__Required work__
Read the records below. Copy each line where the string "neighbours" occurs.

__Data supplied__
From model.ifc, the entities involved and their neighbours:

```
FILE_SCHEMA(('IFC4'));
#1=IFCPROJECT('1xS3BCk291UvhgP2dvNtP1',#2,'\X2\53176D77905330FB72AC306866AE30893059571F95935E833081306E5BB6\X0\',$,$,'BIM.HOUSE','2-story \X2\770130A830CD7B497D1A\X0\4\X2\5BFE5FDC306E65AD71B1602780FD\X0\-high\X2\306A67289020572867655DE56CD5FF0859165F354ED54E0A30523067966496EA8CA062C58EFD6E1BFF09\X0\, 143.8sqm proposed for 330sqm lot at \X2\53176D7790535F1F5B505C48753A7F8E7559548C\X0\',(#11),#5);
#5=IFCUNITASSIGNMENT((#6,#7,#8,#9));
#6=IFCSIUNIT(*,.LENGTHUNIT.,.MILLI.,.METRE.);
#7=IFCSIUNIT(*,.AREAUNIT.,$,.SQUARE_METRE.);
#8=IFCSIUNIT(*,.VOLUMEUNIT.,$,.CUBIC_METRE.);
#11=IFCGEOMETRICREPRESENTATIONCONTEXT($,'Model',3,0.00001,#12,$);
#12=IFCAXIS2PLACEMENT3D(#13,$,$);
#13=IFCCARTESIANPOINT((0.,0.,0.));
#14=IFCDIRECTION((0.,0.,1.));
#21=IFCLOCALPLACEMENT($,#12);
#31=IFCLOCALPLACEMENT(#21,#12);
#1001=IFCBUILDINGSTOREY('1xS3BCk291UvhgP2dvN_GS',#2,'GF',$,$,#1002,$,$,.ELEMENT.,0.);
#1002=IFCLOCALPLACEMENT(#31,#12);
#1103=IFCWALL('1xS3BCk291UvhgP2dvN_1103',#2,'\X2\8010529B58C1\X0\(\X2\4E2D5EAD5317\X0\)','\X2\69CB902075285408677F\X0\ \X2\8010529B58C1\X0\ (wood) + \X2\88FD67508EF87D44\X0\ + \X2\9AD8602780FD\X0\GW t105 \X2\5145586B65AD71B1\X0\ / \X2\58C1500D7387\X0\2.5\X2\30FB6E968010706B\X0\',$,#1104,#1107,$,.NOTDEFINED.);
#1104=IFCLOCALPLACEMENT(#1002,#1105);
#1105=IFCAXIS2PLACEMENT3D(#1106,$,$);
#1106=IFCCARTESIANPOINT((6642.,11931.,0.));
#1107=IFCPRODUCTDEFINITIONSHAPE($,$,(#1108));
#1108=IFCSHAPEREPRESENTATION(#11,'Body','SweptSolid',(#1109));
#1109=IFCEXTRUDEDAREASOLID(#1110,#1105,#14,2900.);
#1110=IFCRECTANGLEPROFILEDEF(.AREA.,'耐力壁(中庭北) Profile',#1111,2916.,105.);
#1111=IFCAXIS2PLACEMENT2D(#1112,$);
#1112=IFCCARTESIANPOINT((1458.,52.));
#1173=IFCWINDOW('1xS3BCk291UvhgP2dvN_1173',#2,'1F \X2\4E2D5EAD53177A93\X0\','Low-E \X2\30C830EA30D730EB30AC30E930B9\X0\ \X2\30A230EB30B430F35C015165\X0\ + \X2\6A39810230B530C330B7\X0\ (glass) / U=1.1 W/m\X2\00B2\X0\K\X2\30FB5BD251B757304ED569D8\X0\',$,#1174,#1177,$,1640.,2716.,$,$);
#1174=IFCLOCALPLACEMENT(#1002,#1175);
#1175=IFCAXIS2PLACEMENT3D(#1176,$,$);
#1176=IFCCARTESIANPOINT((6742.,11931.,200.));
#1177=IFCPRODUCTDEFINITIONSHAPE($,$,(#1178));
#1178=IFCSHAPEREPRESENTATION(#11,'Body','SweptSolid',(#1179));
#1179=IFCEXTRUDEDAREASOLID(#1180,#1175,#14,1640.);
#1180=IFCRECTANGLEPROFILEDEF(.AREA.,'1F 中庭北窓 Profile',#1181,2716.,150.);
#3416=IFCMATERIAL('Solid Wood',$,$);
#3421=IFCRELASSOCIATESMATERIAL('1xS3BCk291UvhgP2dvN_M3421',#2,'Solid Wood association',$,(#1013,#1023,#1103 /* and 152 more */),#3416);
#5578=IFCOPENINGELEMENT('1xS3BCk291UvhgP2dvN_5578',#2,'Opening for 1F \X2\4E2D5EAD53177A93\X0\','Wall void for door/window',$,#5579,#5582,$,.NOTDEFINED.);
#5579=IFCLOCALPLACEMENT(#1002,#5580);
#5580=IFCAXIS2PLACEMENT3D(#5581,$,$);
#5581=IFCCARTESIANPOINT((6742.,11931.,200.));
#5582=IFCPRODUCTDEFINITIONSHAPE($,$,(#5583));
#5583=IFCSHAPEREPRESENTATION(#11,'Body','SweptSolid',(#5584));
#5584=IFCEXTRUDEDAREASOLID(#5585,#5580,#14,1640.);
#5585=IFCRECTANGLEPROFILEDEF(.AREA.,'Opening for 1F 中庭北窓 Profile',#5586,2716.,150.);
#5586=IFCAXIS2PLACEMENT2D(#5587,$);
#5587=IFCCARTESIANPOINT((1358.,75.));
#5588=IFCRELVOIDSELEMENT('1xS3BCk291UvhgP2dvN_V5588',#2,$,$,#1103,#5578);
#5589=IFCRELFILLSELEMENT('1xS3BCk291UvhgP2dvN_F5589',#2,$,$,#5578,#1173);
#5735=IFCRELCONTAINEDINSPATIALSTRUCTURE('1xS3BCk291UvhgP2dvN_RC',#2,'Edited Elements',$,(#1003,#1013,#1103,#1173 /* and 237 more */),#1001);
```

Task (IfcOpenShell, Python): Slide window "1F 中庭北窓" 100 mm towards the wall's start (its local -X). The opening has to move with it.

```python
import ifcopenshell
import ifcopenshell.api.geometry
import ifcopenshell.util.placement
import ifcopenshell.util.unit

model = ifcopenshell.open("model.ifc")
unit_scale = ifcopenshell.util.unit.calculate_unit_scale(model)

window = model.by_guid("1xS3BCk291UvhgP2dvN_1173")
opening = window.FillsVoids[0].RelatingOpeningElement
wall = opening.VoidsElements[0].RelatingBuildingElement

wall_matrix = ifcopenshell.util.placement.get_local_placement(wall.ObjectPlacement)
shift = wall_matrix[:3, 0] * -0.1 / unit_scale
before = ifcopenshell.util.placement.get_local_placement(window.ObjectPlacement)[:3, 3].copy()

# The window is not placed relative to its opening, so move both.
for product in (opening, window):
    matrix = ifcopenshell.util.placement.get_local_placement(product.ObjectPlacement)
    matrix[:3, 3] += shift
    ifcopenshell.api.geometry.edit_object_placement(model, product=product, matrix=matrix, is_si=False)

after = ifcopenshell.util.placement.get_local_placement(window.ObjectPlacement)[:3, 3]
print("window moved by", (after - before).round(3) + 0.0)

model.write("model_v2.ifc")
```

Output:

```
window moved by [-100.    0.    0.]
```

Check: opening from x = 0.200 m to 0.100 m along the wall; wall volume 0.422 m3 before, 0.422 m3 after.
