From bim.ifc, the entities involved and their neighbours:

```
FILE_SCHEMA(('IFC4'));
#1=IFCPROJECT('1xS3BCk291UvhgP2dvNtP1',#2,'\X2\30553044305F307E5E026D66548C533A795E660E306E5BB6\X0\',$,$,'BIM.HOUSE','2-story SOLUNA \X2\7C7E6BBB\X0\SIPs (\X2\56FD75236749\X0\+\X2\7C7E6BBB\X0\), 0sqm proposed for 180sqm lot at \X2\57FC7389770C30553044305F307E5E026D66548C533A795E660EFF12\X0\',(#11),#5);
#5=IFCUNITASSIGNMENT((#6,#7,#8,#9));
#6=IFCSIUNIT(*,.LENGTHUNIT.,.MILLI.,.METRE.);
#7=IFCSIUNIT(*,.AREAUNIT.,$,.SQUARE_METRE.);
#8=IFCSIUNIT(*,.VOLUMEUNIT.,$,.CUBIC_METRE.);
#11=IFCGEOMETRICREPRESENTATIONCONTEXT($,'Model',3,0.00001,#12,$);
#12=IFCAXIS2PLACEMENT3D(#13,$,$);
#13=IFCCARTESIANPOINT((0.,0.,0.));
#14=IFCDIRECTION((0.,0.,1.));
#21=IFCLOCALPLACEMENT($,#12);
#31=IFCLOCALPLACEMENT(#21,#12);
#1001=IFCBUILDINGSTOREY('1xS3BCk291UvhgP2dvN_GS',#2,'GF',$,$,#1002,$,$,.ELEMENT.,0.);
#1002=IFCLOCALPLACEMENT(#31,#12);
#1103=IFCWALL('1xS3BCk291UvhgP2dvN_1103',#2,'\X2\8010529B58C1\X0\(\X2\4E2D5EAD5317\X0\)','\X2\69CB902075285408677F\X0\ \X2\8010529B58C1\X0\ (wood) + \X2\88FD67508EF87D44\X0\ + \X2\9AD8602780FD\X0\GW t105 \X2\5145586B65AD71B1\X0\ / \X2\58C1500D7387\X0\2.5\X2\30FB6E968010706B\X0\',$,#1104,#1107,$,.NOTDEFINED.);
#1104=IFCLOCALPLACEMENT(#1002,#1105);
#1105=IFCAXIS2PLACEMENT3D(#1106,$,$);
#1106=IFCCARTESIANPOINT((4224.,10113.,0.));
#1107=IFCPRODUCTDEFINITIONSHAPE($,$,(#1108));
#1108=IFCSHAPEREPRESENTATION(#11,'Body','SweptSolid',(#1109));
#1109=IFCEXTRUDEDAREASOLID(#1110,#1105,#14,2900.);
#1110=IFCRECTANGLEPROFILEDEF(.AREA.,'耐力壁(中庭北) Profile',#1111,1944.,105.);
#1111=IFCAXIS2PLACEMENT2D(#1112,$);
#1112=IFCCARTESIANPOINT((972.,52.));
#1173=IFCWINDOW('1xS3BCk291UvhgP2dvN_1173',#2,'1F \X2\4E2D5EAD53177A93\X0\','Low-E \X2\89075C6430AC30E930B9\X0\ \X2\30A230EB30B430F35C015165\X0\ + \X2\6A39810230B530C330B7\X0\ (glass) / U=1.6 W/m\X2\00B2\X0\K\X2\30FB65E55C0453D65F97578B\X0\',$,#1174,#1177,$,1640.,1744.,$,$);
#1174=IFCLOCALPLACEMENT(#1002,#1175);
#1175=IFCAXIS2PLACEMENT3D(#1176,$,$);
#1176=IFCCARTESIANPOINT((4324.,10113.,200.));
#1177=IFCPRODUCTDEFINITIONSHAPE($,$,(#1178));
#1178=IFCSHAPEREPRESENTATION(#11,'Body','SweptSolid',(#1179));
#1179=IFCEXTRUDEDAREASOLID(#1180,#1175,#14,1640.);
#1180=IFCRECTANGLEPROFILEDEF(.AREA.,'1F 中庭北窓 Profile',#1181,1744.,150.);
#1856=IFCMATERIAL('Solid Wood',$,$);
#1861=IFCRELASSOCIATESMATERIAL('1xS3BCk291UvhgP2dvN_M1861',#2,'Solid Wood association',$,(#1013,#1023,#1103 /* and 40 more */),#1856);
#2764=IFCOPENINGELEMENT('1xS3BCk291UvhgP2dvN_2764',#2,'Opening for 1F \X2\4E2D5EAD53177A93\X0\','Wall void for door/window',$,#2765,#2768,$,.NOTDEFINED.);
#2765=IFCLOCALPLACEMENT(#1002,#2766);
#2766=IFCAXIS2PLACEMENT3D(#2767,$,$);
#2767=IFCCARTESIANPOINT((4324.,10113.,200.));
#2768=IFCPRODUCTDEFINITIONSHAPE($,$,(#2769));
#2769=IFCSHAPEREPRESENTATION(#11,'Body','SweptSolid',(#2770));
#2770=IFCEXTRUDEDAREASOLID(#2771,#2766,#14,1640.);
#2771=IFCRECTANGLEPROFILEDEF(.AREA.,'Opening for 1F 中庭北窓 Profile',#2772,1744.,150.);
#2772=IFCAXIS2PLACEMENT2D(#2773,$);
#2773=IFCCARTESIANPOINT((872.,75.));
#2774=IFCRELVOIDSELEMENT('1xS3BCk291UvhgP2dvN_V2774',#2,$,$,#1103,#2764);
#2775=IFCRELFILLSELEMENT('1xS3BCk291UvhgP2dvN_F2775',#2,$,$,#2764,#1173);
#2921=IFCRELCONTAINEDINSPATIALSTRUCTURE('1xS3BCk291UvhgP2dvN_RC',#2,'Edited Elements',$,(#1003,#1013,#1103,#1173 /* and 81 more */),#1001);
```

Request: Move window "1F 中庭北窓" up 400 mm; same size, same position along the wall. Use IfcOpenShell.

```python
import numpy as np
import ifcopenshell
import ifcopenshell.api.geometry
import ifcopenshell.util.placement
import ifcopenshell.util.unit

model = ifcopenshell.open("bim.ifc")
unit_scale = ifcopenshell.util.unit.calculate_unit_scale(model)

window = model.by_guid("1xS3BCk291UvhgP2dvN_1173")
opening = window.FillsVoids[0].RelatingOpeningElement
dz = 0.4 / unit_scale

shift = np.array([0.0, 0.0, dz])
# The window is not placed relative to its opening, so move both.
for product in (opening, window):
    matrix = ifcopenshell.util.placement.get_local_placement(product.ObjectPlacement)
    matrix[:3, 3] += shift
    ifcopenshell.api.geometry.edit_object_placement(model, product=product, matrix=matrix, is_si=False)

print(f"moved by {dz * unit_scale:+.3f} m")

model.write("bim_v2.ifc")
```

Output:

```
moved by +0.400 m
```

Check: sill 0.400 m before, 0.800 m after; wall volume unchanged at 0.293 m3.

__Exercise solution__
From model.ifc, the entities involved and their neighbours:
From bim.ifc, the entities involved and their neighbours:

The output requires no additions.